** Opening Records shown block **

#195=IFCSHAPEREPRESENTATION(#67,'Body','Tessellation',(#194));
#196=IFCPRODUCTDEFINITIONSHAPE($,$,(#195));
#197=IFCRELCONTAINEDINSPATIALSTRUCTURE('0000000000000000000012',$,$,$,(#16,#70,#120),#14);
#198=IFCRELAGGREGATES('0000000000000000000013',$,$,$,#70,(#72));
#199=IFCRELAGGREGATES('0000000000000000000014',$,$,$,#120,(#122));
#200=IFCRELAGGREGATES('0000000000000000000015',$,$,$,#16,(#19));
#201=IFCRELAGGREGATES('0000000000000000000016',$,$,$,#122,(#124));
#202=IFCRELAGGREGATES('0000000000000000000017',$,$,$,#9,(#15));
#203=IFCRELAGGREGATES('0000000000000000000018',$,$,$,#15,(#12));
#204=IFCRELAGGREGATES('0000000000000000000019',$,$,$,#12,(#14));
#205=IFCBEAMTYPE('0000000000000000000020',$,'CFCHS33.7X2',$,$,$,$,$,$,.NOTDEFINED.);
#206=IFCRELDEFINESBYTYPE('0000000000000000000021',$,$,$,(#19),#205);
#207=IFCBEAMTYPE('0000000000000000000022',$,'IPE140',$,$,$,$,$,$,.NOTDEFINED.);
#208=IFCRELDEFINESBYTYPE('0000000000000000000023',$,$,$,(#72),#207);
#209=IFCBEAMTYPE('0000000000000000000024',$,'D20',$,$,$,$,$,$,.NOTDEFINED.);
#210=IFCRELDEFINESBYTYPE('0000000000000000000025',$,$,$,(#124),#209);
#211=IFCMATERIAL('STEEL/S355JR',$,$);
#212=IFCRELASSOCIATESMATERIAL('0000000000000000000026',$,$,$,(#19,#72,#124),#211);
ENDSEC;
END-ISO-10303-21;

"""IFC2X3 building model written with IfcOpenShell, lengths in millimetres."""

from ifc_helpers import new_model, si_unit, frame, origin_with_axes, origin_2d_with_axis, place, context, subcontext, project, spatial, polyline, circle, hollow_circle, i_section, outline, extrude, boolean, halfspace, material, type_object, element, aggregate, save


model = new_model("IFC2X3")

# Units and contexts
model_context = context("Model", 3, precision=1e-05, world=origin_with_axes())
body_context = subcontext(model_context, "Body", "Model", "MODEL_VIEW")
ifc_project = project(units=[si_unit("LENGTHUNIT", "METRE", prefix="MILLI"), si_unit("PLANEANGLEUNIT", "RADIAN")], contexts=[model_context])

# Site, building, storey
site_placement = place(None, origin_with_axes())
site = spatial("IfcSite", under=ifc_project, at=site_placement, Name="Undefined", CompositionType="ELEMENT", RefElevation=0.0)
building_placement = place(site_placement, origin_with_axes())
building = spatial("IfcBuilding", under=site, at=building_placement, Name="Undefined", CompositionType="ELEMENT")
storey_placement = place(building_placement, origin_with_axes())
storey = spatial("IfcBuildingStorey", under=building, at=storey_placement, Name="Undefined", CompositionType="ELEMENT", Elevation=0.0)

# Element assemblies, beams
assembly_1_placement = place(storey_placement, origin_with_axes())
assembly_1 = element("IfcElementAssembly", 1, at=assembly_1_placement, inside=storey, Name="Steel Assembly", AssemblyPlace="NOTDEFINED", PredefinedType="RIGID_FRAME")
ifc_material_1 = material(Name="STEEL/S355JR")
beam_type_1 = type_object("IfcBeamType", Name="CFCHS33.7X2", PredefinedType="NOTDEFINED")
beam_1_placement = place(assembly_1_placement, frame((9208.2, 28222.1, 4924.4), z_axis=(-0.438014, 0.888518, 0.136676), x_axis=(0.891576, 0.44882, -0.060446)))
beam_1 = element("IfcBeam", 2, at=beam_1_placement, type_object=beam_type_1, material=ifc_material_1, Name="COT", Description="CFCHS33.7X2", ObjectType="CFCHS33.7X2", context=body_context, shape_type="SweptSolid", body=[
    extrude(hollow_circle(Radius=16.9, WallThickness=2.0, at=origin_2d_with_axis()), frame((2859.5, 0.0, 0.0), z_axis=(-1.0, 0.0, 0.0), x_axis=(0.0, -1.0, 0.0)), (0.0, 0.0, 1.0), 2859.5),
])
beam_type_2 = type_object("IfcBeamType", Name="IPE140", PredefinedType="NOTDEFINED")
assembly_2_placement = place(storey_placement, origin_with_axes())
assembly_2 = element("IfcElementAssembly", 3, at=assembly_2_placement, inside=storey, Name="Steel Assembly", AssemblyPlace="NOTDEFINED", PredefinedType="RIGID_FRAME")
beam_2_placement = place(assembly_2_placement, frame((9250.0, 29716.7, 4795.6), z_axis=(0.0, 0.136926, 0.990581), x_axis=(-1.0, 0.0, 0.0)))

** Closing Records shown block **
** Opening Records shown block **

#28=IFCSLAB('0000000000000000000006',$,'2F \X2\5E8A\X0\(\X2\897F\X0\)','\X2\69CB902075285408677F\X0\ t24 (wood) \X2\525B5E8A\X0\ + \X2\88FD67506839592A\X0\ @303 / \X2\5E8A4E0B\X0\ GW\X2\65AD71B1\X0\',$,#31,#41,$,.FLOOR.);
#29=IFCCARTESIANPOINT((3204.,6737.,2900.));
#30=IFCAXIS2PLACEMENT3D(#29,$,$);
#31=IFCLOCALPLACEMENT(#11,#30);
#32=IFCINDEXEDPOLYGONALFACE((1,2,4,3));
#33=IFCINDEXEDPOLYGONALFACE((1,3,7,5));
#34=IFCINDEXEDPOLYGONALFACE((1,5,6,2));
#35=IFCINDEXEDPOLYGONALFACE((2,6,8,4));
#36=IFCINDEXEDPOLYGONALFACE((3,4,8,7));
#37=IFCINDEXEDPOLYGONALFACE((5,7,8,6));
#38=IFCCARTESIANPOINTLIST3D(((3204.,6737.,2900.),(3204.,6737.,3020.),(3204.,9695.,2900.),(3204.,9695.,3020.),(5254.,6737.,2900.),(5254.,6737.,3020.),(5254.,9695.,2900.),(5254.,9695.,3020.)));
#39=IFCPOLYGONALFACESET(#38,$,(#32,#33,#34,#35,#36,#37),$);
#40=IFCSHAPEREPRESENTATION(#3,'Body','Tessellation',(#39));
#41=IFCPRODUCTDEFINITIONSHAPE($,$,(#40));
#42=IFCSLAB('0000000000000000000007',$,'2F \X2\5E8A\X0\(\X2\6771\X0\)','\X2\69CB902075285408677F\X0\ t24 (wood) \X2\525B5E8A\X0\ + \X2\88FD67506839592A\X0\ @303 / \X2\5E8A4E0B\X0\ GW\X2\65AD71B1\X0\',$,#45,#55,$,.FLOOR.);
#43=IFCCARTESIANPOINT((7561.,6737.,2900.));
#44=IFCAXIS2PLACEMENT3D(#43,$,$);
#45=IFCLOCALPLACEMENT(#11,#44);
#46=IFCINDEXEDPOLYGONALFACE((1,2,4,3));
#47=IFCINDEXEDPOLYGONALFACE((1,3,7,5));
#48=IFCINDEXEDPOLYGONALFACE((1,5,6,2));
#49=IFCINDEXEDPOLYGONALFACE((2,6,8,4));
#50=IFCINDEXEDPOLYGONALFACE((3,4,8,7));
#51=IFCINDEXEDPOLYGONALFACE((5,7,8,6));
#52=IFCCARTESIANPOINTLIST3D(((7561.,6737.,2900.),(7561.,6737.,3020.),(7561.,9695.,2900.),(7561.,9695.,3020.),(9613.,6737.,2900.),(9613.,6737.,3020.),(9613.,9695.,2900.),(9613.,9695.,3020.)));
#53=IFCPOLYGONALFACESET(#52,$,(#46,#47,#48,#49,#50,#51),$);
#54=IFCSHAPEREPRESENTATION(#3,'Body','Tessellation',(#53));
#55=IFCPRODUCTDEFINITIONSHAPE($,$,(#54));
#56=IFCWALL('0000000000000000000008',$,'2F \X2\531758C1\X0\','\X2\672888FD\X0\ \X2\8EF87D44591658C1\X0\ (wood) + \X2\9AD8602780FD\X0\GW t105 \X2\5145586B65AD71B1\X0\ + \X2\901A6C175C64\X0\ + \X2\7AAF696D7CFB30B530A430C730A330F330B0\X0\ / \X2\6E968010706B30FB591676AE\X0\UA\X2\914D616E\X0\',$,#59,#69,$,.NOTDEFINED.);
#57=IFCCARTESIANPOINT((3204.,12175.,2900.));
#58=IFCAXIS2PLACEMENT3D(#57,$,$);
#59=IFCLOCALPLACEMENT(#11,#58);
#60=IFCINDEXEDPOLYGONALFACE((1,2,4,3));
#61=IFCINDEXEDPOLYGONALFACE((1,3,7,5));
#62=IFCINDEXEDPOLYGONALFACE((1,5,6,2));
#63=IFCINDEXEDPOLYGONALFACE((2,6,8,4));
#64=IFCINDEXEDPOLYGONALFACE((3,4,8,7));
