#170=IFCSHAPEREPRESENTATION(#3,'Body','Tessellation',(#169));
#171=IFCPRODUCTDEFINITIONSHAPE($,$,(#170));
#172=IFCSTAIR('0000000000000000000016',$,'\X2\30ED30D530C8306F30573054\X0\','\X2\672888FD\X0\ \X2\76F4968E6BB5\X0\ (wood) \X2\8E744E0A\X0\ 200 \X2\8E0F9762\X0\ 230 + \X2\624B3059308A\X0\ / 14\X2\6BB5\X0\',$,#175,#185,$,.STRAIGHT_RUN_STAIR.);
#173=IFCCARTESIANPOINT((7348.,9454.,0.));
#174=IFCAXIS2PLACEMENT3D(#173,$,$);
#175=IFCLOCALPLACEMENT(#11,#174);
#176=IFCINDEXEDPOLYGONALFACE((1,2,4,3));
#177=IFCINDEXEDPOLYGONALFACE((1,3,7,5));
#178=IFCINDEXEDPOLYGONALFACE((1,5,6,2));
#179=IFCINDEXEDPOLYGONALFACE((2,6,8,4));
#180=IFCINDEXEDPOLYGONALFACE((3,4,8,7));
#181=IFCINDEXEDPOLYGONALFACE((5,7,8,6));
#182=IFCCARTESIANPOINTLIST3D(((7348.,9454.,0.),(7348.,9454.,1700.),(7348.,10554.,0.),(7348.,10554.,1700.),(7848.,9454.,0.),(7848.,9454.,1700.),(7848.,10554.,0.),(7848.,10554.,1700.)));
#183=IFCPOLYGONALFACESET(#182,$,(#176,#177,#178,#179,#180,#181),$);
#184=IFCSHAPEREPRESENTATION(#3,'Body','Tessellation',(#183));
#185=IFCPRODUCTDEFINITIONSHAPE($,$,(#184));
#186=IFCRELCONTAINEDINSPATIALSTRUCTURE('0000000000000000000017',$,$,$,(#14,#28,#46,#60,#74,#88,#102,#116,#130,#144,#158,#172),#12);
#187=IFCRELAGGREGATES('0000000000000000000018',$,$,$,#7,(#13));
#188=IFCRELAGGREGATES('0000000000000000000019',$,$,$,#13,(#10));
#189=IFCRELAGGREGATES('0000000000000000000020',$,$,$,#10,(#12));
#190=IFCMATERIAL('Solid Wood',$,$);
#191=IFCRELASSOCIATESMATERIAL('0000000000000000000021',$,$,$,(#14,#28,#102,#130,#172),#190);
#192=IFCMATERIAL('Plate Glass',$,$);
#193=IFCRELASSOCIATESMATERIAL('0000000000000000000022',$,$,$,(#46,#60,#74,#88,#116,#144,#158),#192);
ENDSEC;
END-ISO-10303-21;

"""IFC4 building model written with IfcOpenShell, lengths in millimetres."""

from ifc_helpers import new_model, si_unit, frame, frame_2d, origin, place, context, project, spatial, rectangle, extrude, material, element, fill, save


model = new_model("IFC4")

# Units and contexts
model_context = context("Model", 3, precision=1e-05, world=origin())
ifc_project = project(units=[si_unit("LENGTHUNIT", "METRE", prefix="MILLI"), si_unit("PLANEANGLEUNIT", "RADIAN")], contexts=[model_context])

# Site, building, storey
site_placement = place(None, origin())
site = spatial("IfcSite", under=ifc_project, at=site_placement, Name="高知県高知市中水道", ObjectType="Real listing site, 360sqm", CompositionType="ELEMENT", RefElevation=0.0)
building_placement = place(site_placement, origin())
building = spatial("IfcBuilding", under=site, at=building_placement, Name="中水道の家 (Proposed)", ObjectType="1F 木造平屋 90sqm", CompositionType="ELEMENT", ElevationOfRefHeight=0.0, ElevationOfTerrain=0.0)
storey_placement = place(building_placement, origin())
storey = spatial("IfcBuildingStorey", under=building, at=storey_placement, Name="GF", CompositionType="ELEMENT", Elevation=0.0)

** Closing Records shown block **
** Opening Records shown block **

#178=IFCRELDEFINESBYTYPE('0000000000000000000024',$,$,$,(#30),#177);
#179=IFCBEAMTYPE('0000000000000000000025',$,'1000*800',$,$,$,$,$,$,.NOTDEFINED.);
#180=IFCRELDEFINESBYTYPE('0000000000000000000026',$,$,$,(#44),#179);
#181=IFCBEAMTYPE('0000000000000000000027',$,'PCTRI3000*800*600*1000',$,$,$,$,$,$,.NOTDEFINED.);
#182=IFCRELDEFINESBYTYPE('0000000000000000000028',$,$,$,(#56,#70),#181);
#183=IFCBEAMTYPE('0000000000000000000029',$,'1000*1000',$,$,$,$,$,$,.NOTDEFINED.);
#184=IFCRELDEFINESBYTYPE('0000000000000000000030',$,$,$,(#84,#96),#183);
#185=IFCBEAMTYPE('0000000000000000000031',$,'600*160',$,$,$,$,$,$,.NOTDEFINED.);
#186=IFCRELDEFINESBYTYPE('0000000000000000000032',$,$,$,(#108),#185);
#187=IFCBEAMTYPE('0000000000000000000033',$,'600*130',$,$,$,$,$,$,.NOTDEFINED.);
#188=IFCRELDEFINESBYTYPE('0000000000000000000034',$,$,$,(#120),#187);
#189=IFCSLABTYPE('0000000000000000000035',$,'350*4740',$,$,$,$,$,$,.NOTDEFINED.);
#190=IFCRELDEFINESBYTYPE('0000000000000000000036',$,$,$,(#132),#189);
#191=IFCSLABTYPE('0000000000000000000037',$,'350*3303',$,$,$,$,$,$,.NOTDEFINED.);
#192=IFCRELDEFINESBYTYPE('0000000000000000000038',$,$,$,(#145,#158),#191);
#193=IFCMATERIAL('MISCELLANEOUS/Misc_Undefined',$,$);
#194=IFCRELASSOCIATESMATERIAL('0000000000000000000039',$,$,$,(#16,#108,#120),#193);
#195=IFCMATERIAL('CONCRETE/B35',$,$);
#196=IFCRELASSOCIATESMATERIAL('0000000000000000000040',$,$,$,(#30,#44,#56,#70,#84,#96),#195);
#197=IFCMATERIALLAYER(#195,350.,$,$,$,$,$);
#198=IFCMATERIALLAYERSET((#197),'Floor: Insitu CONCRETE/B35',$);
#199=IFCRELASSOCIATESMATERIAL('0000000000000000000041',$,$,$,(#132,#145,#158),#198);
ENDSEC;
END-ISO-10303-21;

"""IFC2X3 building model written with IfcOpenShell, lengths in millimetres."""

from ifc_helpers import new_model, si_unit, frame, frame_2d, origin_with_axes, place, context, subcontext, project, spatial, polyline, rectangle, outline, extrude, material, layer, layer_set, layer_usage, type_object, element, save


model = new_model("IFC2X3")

** Closing Records shown block **

[What the exercise asks]: Of the lines above, retype only those from the line containing "#62=IFCINDEXEDPOLYGONALFACE((1,5,6,2));" through the line containing "(wood) \X2\8E744E0A\X0\ 200", including both, exactly.

[The answer]:
#62=IFCINDEXEDPOLYGONALFACE((1,5,6,2));
#63=IFCINDEXEDPOLYGONALFACE((2,6,8,4));
#64=IFCINDEXEDPOLYGONALFACE((3,4,8,7));
#170=IFCSHAPEREPRESENTATION(#3,'Body','Tessellation',(#169));
#171=IFCPRODUCTDEFINITIONSHAPE($,$,(#170));
#172=IFCSTAIR('0000000000000000000016',$,'\X2\30ED30D530C8306F30573054\X0\','\X2\672888FD\X0\ \X2\76F4968E6BB5\X0\ (wood) \X2\8E744E0A\X0\ 200 \X2\8E0F9762\X0\ 230 + \X2\624B3059308A\X0\ / 14\X2\6BB5\X0\',$,#175,#185,$,.STRAIGHT_RUN_STAIR.);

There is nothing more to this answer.